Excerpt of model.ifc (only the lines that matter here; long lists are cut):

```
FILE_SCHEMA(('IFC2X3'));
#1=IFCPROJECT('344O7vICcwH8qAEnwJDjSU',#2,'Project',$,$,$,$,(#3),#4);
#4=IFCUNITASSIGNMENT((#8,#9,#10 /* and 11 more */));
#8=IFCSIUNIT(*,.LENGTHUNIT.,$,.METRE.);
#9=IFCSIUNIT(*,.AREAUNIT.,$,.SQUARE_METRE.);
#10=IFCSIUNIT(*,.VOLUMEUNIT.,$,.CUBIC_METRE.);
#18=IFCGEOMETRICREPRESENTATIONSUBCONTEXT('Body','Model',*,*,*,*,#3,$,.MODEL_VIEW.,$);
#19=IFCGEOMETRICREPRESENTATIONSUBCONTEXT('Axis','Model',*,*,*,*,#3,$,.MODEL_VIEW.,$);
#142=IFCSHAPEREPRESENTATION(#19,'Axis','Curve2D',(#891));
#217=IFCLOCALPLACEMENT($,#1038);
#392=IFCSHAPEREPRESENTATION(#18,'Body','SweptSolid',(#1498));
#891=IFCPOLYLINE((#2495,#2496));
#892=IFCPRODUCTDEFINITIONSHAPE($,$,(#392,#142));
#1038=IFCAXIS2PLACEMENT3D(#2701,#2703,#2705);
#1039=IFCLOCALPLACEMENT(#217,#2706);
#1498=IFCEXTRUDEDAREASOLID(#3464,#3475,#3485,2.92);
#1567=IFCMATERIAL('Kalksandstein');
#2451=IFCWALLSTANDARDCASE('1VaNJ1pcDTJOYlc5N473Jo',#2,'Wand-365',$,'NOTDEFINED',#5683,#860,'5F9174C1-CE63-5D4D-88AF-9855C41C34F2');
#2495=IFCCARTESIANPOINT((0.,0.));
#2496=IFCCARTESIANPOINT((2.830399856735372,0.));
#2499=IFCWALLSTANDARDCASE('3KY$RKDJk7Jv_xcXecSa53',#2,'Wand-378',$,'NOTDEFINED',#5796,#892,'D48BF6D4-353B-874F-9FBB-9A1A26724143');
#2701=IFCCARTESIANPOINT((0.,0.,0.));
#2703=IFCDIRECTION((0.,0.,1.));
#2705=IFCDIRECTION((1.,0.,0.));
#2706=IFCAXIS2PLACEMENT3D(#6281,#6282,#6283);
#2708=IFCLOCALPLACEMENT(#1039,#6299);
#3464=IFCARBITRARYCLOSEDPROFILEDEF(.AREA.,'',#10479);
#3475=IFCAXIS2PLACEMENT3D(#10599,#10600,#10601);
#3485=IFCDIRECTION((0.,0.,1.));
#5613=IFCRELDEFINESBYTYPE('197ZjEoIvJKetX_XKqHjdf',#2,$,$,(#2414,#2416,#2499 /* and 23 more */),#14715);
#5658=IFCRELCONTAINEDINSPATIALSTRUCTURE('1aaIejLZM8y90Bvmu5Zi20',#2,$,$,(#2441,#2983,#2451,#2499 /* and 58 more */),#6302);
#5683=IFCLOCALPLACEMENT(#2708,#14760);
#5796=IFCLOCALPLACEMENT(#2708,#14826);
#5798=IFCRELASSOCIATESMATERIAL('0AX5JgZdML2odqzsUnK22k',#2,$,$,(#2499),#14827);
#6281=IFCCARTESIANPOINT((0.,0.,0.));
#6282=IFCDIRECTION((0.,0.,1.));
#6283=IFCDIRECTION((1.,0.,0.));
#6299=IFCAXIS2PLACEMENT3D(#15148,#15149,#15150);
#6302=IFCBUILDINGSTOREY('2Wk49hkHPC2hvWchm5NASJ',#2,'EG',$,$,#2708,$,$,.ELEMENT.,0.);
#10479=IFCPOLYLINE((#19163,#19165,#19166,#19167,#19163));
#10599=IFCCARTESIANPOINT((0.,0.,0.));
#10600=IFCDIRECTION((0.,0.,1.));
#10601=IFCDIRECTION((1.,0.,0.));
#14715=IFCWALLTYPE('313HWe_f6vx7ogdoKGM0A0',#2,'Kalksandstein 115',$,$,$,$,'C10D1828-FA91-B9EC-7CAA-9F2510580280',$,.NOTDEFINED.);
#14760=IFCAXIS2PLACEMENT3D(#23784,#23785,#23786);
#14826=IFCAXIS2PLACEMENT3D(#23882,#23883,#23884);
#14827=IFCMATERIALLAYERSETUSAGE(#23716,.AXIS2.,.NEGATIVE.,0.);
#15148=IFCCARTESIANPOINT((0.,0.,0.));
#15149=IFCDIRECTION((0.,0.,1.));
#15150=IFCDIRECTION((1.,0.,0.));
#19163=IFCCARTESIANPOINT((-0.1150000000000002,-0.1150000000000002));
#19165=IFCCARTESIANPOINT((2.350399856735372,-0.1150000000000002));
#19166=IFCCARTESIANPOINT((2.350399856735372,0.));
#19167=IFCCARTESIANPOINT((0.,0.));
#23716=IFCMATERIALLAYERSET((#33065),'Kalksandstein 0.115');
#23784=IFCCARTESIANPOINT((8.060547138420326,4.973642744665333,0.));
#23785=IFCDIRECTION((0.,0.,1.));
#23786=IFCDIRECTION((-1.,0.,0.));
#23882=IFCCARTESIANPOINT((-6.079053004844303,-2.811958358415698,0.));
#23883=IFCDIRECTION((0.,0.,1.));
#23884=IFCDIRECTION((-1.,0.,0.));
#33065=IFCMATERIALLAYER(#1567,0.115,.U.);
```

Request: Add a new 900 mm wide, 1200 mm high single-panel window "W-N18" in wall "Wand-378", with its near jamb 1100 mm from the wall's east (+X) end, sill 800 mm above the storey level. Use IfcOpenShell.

```python
import numpy as np
import ifcopenshell
import ifcopenshell.api.feature
import ifcopenshell.api.geometry
import ifcopenshell.api.root
import ifcopenshell.api.spatial
import ifcopenshell.api.type
import ifcopenshell.geom
import ifcopenshell.util.element
import ifcopenshell.util.placement
import ifcopenshell.util.representation
import ifcopenshell.util.shape
import ifcopenshell.util.unit

model = ifcopenshell.open("model.ifc")
unit_scale = ifcopenshell.util.unit.calculate_unit_scale(model)
settings = ifcopenshell.geom.settings()


def volume(element):
    """Net volume in cubic metres, openings subtracted."""
    shape = ifcopenshell.geom.create_shape(settings, element)
    return ifcopenshell.util.shape.get_volume(shape.geometry)


wall = model.by_guid("3KY$RKDJk7Jv_xcXecSa53")
storey = ifcopenshell.util.element.get_container(wall, ifc_class="IfcBuildingStorey")
context = ifcopenshell.util.representation.get_context(model, "Model", "Body", "MODEL_VIEW")
before = volume(wall)

width, height, from_end, sill = 0.9, 1.2, 1.1, 0.8  # metres

# The wall runs along its own X axis, and the end named is its -X end.
wall_shape = ifcopenshell.geom.create_shape(settings, wall)
x, y, z = ifcopenshell.util.shape.get_vertices(wall_shape.geometry).T
start = x.min() + from_end
face, thickness = float(y.min()), float(y.max() - y.min())
wall_matrix = ifcopenshell.util.placement.get_local_placement(wall.ObjectPlacement)
level = ifcopenshell.util.placement.get_local_placement(storey.ObjectPlacement)[2, 3]


def in_wall(x, y):
    """Placement at x, y metres in the wall's axes, at sill height."""
    matrix = wall_matrix.copy()
    matrix[:, 3] = wall_matrix @ np.array([x / unit_scale, y / unit_scale, 0.0, 1.0])
    matrix[2, 3] = level + sill / unit_scale
    return matrix


# Opening: a box that overshoots both wall faces by 50 mm.
opening = ifcopenshell.api.root.create_entity(model, ifc_class="IfcOpeningElement")
box = ifcopenshell.api.geometry.add_wall_representation(
    model, context=context, length=width, height=height, thickness=thickness + 0.1
)
ifcopenshell.api.geometry.assign_representation(model, product=opening, representation=box)
ifcopenshell.api.geometry.edit_object_placement(model, product=opening, matrix=in_wall(start, face - 0.05), is_si=False)
ifcopenshell.api.feature.add_feature(model, feature=opening, element=wall)

window = ifcopenshell.api.root.create_entity(model, ifc_class="IfcWindow", name="W-N18")
window.OverallWidth, window.OverallHeight = width / unit_scale, height / unit_scale
body = ifcopenshell.api.geometry.add_window_representation(
    model,
    context=context,
    overall_width=window.OverallWidth,
    overall_height=window.OverallHeight,
    partition_type="SINGLE_PANEL",
)
ifcopenshell.api.geometry.assign_representation(model, product=window, representation=body)
ifcopenshell.api.spatial.assign_container(model, products=[window], relating_structure=storey)
fills = ifcopenshell.api.feature.add_filling(model, opening=opening, element=window)
fills.OwnerHistory = window.OwnerHistory  # required in IFC2X3

# IFC2X3 keeps the operation on the window style.
style = ifcopenshell.api.root.create_entity(model, ifc_class="IfcWindowStyle", name="W-N18")
style.OperationType, style.ConstructionType = "SINGLE_PANEL", "NOTDEFINED"
style.ParameterTakesPrecedence = style.Sizeable = False
ifcopenshell.api.type.assign_type(model, related_objects=[window], relating_type=style)

# Centre the window in the wall's thickness.
ifcopenshell.api.geometry.edit_object_placement(model, product=window, matrix=in_wall(start, face), is_si=False)
window_shape = ifcopenshell.geom.create_shape(settings, window)
depth = ifcopenshell.util.shape.get_vertices(window_shape.geometry)[:, 1]
offset = face + thickness / 2 - (depth.min() + depth.max()) / 2
ifcopenshell.api.geometry.edit_object_placement(model, product=window, matrix=in_wall(start, offset), is_si=False)

after = volume(wall)

print(f"wall volume {before:.3f} -> {after:.3f} m3")

model.write("model_updated.ifc")
```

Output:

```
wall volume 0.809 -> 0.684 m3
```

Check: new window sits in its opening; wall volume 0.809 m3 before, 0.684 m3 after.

___

» **Task to complete**:
Each line holding the word "IFCSHAPEREPRESENTATION" must be copied from the data.

» **Written response**:
#142=IFCSHAPEREPRESENTATION(#19,'Axis','Curve2D',(#891));
#392=IFCSHAPEREPRESENTATION(#18,'Body','SweptSolid',(#1498));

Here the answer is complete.